SOURCE MATERIAL: Begin

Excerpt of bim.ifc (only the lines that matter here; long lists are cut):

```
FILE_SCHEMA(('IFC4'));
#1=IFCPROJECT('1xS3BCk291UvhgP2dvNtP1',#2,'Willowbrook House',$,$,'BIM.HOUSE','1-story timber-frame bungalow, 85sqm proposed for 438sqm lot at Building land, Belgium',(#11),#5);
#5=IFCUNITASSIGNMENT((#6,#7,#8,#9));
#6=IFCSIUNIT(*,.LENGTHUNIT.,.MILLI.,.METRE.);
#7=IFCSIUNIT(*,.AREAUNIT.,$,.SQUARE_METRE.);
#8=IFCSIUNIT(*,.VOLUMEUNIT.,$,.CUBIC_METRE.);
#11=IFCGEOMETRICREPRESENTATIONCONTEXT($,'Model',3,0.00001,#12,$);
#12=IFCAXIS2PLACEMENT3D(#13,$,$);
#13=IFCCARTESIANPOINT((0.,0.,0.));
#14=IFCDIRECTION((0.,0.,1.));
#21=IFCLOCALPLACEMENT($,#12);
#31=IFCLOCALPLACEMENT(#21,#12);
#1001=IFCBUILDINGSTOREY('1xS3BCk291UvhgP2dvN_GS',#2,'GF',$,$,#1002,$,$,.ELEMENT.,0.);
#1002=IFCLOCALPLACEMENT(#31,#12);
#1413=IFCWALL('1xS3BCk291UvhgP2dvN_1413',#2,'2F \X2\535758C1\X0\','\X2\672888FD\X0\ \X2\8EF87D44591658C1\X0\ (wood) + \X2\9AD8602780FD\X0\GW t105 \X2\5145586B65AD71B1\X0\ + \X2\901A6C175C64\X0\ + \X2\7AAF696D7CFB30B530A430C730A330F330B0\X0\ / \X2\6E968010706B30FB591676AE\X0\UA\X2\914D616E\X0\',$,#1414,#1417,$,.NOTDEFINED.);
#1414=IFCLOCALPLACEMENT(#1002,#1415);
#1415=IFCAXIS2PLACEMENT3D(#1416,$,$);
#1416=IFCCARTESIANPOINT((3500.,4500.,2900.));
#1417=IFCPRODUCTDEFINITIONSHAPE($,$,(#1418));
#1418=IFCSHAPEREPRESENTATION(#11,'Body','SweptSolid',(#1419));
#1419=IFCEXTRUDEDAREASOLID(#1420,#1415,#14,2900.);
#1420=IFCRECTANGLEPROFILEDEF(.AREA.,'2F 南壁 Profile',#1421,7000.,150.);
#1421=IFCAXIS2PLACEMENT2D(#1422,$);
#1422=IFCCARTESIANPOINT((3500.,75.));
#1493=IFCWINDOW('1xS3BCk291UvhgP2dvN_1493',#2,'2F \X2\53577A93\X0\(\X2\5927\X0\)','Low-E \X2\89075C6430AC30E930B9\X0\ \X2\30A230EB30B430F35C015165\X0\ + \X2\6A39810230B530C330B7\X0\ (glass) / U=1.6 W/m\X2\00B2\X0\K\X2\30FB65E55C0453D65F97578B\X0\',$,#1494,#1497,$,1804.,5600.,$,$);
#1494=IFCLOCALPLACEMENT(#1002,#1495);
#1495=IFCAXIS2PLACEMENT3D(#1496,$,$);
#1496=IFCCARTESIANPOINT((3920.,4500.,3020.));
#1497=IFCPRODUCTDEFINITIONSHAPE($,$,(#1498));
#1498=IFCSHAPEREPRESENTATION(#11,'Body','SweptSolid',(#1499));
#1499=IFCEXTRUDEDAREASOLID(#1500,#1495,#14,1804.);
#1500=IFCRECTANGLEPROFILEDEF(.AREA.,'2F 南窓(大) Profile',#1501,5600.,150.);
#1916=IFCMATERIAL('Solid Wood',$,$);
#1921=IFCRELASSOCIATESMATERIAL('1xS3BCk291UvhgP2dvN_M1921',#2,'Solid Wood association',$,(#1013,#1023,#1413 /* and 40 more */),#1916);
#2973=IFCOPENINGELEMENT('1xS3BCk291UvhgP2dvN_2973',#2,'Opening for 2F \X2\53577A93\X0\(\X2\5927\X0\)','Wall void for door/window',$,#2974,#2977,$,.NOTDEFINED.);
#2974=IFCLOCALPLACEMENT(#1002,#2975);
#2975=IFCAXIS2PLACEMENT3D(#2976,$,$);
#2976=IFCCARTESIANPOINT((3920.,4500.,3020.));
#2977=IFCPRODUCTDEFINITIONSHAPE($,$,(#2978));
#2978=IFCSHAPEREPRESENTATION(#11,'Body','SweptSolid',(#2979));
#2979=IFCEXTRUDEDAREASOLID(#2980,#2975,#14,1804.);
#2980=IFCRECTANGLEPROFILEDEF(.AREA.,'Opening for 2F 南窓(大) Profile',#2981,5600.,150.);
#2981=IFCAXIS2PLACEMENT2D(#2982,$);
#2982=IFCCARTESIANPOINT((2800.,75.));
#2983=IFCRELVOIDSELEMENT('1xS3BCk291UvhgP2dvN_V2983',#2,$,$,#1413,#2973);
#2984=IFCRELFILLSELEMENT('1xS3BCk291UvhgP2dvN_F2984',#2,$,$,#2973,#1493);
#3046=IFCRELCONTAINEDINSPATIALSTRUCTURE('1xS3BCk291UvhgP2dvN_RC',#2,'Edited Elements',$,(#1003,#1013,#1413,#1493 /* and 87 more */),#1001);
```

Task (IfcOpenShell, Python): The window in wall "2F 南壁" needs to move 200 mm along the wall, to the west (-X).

```python
import ifcopenshell
import ifcopenshell.api.geometry
import ifcopenshell.util.placement

model = ifcopenshell.open("bim.ifc")

window = model.by_guid("1xS3BCk291UvhgP2dvN_1493")
opening = window.FillsVoids[0].RelatingOpeningElement
wall = opening.VoidsElements[0].RelatingBuildingElement

wall_matrix = ifcopenshell.util.placement.get_local_placement(wall.ObjectPlacement)
shift = wall_matrix[:3, 0] * -200.0
before = ifcopenshell.util.placement.get_local_placement(window.ObjectPlacement)[:3, 3].copy()

# The window is not placed relative to its opening, so move both.
for product in (opening, window):
    matrix = ifcopenshell.util.placement.get_local_placement(product.ObjectPlacement)
    matrix[:3, 3] += shift
    ifcopenshell.api.geometry.edit_object_placement(model, product=product, matrix=matrix, is_si=False)

after = ifcopenshell.util.placement.get_local_placement(window.ObjectPlacement)[:3, 3]
print("window moved by", (after - before).round(3) + 0.0)

model.write("bim_edited.ifc")
```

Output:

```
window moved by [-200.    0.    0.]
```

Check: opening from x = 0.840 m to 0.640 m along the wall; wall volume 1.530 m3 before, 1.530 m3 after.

SOURCE MATERIAL: End

Copy every line of the listing that includes the string "IFCLOCALPLACEMENT".

#21=IFCLOCALPLACEMENT($,#12);
#31=IFCLOCALPLACEMENT(#21,#12);
#1002=IFCLOCALPLACEMENT(#31,#12);
#1414=IFCLOCALPLACEMENT(#1002,#1415);
#1494=IFCLOCALPLACEMENT(#1002,#1495);
#2974=IFCLOCALPLACEMENT(#1002,#2975);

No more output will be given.